# Maxi Torque Rite and the PM935TV



## HighWall (Feb 5, 2017)

I just installed the MTR on my PM935TV.  It's working well, but installing the control panel is a little tricky.  Anybody have pictures of the installation on this model?  The suggested mountings were impacted by the motor switch box on top and the fine feed wheel in front.  I ended up putting it behind the feed rate lever, using the two rear screws to mount the buttons, but it's a bit tight in that position.  I'm trying to avoid drilling and tapping more holes than I had to.  Otherwise very satisfied.


----------



## dieselshadow (Feb 5, 2017)

What are we talking about?
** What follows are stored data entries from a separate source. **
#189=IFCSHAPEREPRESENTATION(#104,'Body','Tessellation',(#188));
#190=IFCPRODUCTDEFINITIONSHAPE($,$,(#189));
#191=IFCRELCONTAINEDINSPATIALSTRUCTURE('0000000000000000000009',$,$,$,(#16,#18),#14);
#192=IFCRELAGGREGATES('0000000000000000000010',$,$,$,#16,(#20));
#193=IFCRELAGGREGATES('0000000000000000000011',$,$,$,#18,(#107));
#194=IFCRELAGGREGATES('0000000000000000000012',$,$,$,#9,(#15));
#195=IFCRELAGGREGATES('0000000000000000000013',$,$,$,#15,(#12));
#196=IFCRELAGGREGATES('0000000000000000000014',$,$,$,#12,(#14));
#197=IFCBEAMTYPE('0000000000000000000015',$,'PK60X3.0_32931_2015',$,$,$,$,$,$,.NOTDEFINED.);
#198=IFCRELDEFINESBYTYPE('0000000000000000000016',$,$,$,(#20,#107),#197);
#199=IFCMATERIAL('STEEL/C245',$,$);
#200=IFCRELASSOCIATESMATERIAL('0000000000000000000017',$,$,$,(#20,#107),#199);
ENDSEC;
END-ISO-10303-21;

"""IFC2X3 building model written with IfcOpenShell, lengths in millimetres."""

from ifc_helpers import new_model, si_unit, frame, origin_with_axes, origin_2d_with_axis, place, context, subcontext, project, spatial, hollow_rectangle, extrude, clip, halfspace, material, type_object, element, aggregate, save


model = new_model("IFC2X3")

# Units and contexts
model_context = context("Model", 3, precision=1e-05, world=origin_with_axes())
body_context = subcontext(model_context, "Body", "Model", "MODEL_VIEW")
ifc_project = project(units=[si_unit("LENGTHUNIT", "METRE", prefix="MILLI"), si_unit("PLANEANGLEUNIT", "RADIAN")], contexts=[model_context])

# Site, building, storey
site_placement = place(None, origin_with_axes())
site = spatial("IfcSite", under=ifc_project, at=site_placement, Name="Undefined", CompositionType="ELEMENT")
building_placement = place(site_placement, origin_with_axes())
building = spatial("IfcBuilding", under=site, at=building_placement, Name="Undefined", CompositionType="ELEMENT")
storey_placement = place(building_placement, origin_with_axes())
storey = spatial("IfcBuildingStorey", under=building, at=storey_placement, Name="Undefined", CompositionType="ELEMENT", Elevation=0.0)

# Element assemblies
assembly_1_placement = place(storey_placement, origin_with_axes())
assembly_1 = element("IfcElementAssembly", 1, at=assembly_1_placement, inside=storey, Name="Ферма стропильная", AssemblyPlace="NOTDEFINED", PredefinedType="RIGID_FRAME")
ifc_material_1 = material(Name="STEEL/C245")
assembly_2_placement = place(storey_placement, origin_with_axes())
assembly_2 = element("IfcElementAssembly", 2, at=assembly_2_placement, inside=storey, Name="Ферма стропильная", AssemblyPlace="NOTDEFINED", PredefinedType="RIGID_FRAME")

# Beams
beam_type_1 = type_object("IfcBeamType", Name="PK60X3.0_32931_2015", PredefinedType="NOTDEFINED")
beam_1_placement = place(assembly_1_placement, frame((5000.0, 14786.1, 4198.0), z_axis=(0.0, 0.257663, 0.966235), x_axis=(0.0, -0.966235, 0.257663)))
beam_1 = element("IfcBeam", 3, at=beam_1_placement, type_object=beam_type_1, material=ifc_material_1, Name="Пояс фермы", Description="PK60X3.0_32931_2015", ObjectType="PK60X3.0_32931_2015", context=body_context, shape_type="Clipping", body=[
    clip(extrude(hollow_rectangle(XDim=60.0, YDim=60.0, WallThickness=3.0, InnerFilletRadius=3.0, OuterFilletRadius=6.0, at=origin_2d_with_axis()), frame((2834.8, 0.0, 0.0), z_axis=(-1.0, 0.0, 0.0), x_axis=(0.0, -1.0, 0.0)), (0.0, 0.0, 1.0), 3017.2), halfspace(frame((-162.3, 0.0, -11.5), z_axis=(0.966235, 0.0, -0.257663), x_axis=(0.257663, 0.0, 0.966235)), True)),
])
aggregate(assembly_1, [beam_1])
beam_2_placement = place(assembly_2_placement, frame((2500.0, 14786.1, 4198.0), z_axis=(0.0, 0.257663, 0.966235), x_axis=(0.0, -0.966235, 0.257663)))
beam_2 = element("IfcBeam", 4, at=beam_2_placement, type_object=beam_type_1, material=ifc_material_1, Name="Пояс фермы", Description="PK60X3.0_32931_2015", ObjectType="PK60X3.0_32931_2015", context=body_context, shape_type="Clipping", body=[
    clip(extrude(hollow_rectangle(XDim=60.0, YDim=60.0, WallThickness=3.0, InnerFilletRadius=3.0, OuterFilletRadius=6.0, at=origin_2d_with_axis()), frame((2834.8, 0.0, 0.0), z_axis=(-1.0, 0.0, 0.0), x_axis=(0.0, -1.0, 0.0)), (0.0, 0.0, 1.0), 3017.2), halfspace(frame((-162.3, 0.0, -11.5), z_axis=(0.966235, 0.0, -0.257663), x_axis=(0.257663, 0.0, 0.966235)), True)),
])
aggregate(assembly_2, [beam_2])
Can you elaborate, perhaps add some pics?


----------



## Sandia (Feb 5, 2017)

HighWall said:


> I just installed the MTR on my PM935TV.  It's working well, but installing the control panel is a little tricky.  Anybody have pictures of the installation on this model?  The suggested mountings were impacted by the motor switch box on top and the fine feed wheel in front.  I ended up putting it behind the feed rate lever, using the two rear screws to mount the buttons, but it's a bit tight in that position.  I'm trying to avoid drilling and tapping more holes than I had to.  Otherwise very satisfied.



Highwall, some pictures would really help.  I have an MTR on my Acer E-Mill if you would like to see the pictures of it.


----------



## HighWall (Feb 8, 2017)




----------



## HighWall (Feb 8, 2017)

I suppose the best plan would be to just fab a different mounting plate and put it somewhere else.  The instructions say to mount the switch above the quill feed lever, but the power switch for the mill is in the way.  As an alternate, the instructions suggest mounting the switch to the front of the quill feed lever, but the hand wheel is in the way.  I put it behind and it's workable, but tight.  Not like an inadvertent touch would move that lever, though, so maybe I'll just leave it the way it is.  I've been tied up with my Clausing 5914 and getting the VFD hooked up and programmed.  Not that hard with a little tech support, but it has been a distraction.


----------



## mksj (Feb 8, 2017)

I would suggest you consider relocating the motor switch box, on my mill it is further up on the head.  The MaxiTorque actuator buttons are usually mounted as shown below.  It may also be possible to redesign the mounting plate so it sits next to the motor switch box. I ended up using remote momentary buttons for start stop, but retaining the upper switch for rotation direction.


----------



## Sandia (Feb 8, 2017)

Hiwall, good looking pictures.  I mounted mine exactly the same way.


----------



## catoctin (Feb 10, 2017)

Hiwall, checkout this old post of mine: http://www.hobby-machinist.com/threads/pm935-tv-arrives.25906/.   I built my own power drawbar mounted it on a custom bracket that is attached using two of the vent screw holes.   The control is then mounted just above the spindle brake up front on the machine.  It allows me to apply the brake and press the controls with one hand while swapping tooling.

The bracket feet were contoured to match the curvature of the mill and straddle the vent cover but are not in contact with it.


----------



## Stonebriar (Feb 10, 2017)

This not mine but I stole the picture someone installed that I liked. He moved the other controls to the head.  Also how hard of a job was it to do?

Rick


----------